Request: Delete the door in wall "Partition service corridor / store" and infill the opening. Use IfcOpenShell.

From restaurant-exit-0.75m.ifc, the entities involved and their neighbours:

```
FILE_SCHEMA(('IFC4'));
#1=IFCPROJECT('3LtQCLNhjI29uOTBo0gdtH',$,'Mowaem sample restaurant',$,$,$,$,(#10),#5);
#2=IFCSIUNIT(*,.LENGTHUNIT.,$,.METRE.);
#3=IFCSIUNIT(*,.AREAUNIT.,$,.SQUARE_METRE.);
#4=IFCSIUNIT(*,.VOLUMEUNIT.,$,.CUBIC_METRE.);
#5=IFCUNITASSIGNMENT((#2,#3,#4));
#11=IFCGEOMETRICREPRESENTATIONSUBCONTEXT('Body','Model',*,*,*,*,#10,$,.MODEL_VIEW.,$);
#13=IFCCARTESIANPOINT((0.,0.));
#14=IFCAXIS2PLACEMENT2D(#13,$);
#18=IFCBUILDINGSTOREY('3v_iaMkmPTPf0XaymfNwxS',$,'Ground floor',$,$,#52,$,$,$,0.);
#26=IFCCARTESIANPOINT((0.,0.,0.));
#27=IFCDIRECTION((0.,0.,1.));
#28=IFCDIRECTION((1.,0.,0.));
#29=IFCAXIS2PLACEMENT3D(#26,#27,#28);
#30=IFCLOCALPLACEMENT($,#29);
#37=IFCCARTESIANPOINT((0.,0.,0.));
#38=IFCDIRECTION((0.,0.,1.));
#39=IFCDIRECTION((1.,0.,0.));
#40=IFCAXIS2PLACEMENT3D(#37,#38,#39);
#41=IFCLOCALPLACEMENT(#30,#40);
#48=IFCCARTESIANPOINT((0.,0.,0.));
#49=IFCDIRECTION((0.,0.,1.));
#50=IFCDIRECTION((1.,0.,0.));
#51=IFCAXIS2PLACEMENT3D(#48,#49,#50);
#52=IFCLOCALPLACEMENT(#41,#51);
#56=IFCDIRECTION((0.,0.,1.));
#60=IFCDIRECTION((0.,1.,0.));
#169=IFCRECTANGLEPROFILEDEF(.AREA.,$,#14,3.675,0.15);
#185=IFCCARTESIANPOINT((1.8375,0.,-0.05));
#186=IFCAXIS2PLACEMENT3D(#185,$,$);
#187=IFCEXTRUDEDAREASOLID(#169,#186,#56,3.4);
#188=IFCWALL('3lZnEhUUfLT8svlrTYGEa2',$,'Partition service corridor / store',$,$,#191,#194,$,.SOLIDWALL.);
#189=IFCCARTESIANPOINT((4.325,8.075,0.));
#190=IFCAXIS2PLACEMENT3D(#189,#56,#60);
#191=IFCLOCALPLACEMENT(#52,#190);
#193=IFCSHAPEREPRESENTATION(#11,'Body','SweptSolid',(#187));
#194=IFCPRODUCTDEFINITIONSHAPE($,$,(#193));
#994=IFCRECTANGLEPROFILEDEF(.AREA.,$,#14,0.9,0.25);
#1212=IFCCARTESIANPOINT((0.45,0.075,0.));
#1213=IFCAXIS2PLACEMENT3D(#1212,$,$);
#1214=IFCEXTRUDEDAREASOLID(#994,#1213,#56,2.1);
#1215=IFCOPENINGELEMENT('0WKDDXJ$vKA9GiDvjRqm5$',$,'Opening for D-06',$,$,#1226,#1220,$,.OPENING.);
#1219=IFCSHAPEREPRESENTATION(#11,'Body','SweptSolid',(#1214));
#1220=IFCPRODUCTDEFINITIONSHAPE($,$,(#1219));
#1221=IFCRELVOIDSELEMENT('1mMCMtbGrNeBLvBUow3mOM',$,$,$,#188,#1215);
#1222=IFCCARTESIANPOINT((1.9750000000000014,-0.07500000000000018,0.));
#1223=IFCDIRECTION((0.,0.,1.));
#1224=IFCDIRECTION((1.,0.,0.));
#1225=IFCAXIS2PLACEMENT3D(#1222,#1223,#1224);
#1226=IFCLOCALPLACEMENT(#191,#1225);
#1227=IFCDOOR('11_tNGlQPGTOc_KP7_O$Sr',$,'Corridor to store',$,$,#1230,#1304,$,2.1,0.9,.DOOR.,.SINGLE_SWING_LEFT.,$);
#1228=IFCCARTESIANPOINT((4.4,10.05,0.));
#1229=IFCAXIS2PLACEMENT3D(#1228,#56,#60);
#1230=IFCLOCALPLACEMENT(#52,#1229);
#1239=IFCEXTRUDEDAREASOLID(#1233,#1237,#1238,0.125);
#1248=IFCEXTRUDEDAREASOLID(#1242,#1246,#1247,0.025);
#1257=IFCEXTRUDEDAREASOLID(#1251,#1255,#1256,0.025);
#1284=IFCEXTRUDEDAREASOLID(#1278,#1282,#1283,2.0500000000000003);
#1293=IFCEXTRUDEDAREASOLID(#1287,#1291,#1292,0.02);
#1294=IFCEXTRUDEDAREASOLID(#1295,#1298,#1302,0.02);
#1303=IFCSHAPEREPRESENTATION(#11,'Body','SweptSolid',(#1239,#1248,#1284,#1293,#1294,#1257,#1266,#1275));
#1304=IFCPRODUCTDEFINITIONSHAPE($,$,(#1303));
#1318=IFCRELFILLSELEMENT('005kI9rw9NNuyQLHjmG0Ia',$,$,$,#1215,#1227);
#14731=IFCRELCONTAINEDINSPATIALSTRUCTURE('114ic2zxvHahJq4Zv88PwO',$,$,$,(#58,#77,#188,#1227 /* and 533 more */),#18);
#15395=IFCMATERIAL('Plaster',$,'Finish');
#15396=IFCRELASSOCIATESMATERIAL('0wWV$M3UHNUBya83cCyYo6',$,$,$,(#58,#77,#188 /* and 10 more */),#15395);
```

```python
import ifcopenshell
import ifcopenshell.api.feature
import ifcopenshell.api.root
import ifcopenshell.geom
import ifcopenshell.util.shape

model = ifcopenshell.open("restaurant-exit-0.75m.ifc")
settings = ifcopenshell.geom.settings()


def volume(element):
    """Net volume in cubic metres, openings subtracted."""
    shape = ifcopenshell.geom.create_shape(settings, element)
    return ifcopenshell.util.shape.get_volume(shape.geometry)


door = model.by_guid("11_tNGlQPGTOc_KP7_O$Sr")
opening = door.FillsVoids[0].RelatingOpeningElement
wall = opening.VoidsElements[0].RelatingBuildingElement
before = volume(wall)

ifcopenshell.api.root.remove_product(model, product=door)
ifcopenshell.api.feature.remove_feature(model, feature=opening)

after = volume(wall)

print(f"wall volume {before:.3f} -> {after:.3f} m3")

model.write("restaurant-exit-0.75m_edited.ifc")
```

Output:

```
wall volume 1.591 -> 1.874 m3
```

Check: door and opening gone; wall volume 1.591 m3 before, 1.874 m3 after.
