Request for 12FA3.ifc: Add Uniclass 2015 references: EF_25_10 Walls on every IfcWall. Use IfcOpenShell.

First a look at what the model holds.

```python
import ifcopenshell

model = ifcopenshell.open("12FA3.ifc")
print(model.schema)
print("classifications:", [c.Name for c in model.by_type("IfcClassification")])
for ifc_class in ("IfcDoor", "IfcRoof", "IfcStair", "IfcWall", "IfcWindow"):
    print(ifc_class, len(model.by_type(ifc_class)))
```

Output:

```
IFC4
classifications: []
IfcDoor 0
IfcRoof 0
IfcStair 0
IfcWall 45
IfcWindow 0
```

```python
import ifcopenshell
import ifcopenshell.api.classification

model = ifcopenshell.open("12FA3.ifc")

system = ifcopenshell.api.classification.add_classification(model, classification="Uniclass 2015")

codes = {
    "IfcWall": ("EF_25_10", "Walls"),
}
for ifc_class, (code, name) in codes.items():
    products = model.by_type(ifc_class)
    ifcopenshell.api.classification.add_reference(
        model, products=products, classification=system, identification=code, name=name
    )
    print(code, len(products))

model.write("12FA3_edited.ifc")
```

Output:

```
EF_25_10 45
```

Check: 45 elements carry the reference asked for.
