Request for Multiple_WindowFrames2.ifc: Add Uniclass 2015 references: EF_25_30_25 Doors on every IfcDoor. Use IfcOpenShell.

First a look at what the model holds.

```python
import ifcopenshell

model = ifcopenshell.open("Multiple_WindowFrames2.ifc")
print(model.schema)
print("classifications:", [c.Name for c in model.by_type("IfcClassification")])
for ifc_class in ("IfcDoor", "IfcRoof", "IfcStair", "IfcWall", "IfcWindow"):
    print(ifc_class, len(model.by_type(ifc_class)))
```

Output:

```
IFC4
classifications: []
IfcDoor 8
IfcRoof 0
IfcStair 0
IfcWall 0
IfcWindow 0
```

```python
import ifcopenshell
import ifcopenshell.api.classification

model = ifcopenshell.open("Multiple_WindowFrames2.ifc")

system = ifcopenshell.api.classification.add_classification(model, classification="Uniclass 2015")

codes = {
    "IfcDoor": ("EF_25_30_25", "Doors"),
}
for ifc_class, (code, name) in codes.items():
    products = model.by_type(ifc_class)
    ifcopenshell.api.classification.add_reference(
        model, products=products, classification=system, identification=code, name=name
    )
    print(code, len(products))

model.write("Multiple_WindowFrames2_v2.ifc")
```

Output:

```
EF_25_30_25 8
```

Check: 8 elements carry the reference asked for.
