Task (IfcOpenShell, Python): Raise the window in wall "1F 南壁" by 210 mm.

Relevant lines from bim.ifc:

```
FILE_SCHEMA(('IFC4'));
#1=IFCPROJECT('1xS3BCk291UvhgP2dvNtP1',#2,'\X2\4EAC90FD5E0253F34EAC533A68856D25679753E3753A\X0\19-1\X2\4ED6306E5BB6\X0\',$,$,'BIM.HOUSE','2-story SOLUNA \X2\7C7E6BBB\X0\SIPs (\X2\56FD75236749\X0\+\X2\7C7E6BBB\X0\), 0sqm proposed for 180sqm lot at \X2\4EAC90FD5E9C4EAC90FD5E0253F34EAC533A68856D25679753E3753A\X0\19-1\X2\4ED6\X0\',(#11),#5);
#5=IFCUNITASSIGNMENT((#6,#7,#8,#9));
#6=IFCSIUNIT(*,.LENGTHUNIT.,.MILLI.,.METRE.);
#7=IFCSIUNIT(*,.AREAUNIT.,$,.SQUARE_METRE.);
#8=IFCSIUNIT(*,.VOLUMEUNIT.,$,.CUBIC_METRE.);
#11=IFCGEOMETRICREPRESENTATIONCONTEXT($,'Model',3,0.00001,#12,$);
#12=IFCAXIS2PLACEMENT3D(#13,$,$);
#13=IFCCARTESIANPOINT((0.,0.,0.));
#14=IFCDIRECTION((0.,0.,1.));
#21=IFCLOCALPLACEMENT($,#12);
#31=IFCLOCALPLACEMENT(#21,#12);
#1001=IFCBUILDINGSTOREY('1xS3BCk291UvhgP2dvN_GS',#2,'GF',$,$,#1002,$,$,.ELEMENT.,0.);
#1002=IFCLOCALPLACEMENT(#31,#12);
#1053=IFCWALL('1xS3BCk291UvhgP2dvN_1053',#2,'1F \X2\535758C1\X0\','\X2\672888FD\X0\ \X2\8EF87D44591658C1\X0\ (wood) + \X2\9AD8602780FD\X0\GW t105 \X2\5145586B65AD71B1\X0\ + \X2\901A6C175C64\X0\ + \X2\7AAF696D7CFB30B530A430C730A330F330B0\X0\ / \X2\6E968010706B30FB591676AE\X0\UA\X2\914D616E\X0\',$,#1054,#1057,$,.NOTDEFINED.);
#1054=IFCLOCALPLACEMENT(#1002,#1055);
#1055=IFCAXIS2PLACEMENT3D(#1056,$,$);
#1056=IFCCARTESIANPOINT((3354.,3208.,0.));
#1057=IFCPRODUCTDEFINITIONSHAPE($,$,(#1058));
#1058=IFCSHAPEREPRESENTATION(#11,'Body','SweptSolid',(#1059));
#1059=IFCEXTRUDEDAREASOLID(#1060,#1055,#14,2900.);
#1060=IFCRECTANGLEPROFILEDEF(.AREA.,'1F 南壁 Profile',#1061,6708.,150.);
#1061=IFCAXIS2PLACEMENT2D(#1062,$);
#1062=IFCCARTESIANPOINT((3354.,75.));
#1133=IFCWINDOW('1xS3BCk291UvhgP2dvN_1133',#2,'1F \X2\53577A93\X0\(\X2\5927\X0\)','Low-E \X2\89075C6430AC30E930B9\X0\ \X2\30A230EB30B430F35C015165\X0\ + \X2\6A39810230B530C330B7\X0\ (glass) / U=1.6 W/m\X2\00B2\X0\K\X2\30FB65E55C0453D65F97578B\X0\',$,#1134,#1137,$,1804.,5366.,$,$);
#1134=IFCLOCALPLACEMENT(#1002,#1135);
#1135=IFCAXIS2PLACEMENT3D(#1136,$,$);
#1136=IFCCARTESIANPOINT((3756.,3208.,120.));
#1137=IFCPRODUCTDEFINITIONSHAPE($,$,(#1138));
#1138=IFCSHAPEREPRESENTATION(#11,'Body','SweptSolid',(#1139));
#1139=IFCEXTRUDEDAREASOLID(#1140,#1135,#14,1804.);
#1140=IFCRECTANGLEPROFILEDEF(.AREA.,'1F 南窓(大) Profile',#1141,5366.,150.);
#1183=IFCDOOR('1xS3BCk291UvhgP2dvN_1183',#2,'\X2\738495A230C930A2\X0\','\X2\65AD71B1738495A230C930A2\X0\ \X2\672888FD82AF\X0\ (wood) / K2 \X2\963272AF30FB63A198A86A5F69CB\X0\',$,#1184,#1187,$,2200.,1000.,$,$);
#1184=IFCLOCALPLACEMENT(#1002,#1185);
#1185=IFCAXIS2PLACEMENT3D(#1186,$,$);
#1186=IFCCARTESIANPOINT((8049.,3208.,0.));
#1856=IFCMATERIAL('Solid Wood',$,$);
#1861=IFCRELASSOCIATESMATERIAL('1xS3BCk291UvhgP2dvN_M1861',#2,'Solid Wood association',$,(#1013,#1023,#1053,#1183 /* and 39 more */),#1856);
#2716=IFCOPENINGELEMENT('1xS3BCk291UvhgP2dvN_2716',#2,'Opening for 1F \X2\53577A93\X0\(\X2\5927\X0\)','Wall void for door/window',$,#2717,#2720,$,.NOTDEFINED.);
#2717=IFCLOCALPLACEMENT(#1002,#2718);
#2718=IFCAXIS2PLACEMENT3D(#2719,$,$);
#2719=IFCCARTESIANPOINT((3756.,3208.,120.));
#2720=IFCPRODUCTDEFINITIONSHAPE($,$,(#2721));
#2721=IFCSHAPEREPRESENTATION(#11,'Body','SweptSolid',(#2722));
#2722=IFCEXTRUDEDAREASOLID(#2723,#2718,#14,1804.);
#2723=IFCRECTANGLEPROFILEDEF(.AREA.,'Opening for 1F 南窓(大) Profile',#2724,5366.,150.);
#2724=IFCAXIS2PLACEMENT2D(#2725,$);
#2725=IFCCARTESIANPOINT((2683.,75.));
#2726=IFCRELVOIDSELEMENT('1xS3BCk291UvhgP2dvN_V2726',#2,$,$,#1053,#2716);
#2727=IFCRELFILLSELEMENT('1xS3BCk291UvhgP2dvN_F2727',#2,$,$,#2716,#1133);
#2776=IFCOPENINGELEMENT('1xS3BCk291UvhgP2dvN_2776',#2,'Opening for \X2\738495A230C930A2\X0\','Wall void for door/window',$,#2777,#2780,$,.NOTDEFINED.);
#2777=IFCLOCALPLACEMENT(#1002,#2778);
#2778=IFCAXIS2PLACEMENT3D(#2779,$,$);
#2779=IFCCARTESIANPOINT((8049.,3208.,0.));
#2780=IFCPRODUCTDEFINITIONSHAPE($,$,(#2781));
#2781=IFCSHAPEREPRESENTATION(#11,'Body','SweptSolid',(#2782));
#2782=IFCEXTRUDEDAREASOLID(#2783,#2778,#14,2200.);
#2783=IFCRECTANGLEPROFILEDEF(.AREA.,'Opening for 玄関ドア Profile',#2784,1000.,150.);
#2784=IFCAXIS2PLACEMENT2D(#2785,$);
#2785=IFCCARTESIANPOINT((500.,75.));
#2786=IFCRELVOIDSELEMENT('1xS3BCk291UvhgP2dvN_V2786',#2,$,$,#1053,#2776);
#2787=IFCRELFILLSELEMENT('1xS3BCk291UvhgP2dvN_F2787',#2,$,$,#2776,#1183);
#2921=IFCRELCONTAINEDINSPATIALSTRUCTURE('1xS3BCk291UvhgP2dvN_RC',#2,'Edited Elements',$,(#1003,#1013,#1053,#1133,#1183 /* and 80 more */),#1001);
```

```python
import numpy as np
import ifcopenshell
import ifcopenshell.api.geometry
import ifcopenshell.util.placement
import ifcopenshell.util.unit

model = ifcopenshell.open("bim.ifc")
unit_scale = ifcopenshell.util.unit.calculate_unit_scale(model)

window = model.by_guid("1xS3BCk291UvhgP2dvN_1133")
opening = window.FillsVoids[0].RelatingOpeningElement
dz = 0.21 / unit_scale

shift = np.array([0.0, 0.0, dz])
# The window is not placed relative to its opening, so move both.
for product in (opening, window):
    matrix = ifcopenshell.util.placement.get_local_placement(product.ObjectPlacement)
    matrix[:3, 3] += shift
    ifcopenshell.api.geometry.edit_object_placement(model, product=product, matrix=matrix, is_si=False)

print(f"moved by {dz * unit_scale:+.3f} m")

model.write("bim-out.ifc")
```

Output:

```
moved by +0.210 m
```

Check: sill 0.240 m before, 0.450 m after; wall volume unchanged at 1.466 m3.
******************************
* Action item
Look through the entries above for the word "IFCRELFILLSELEMENT". Say how many lines contain it, using only a number.

* Completed exercise
3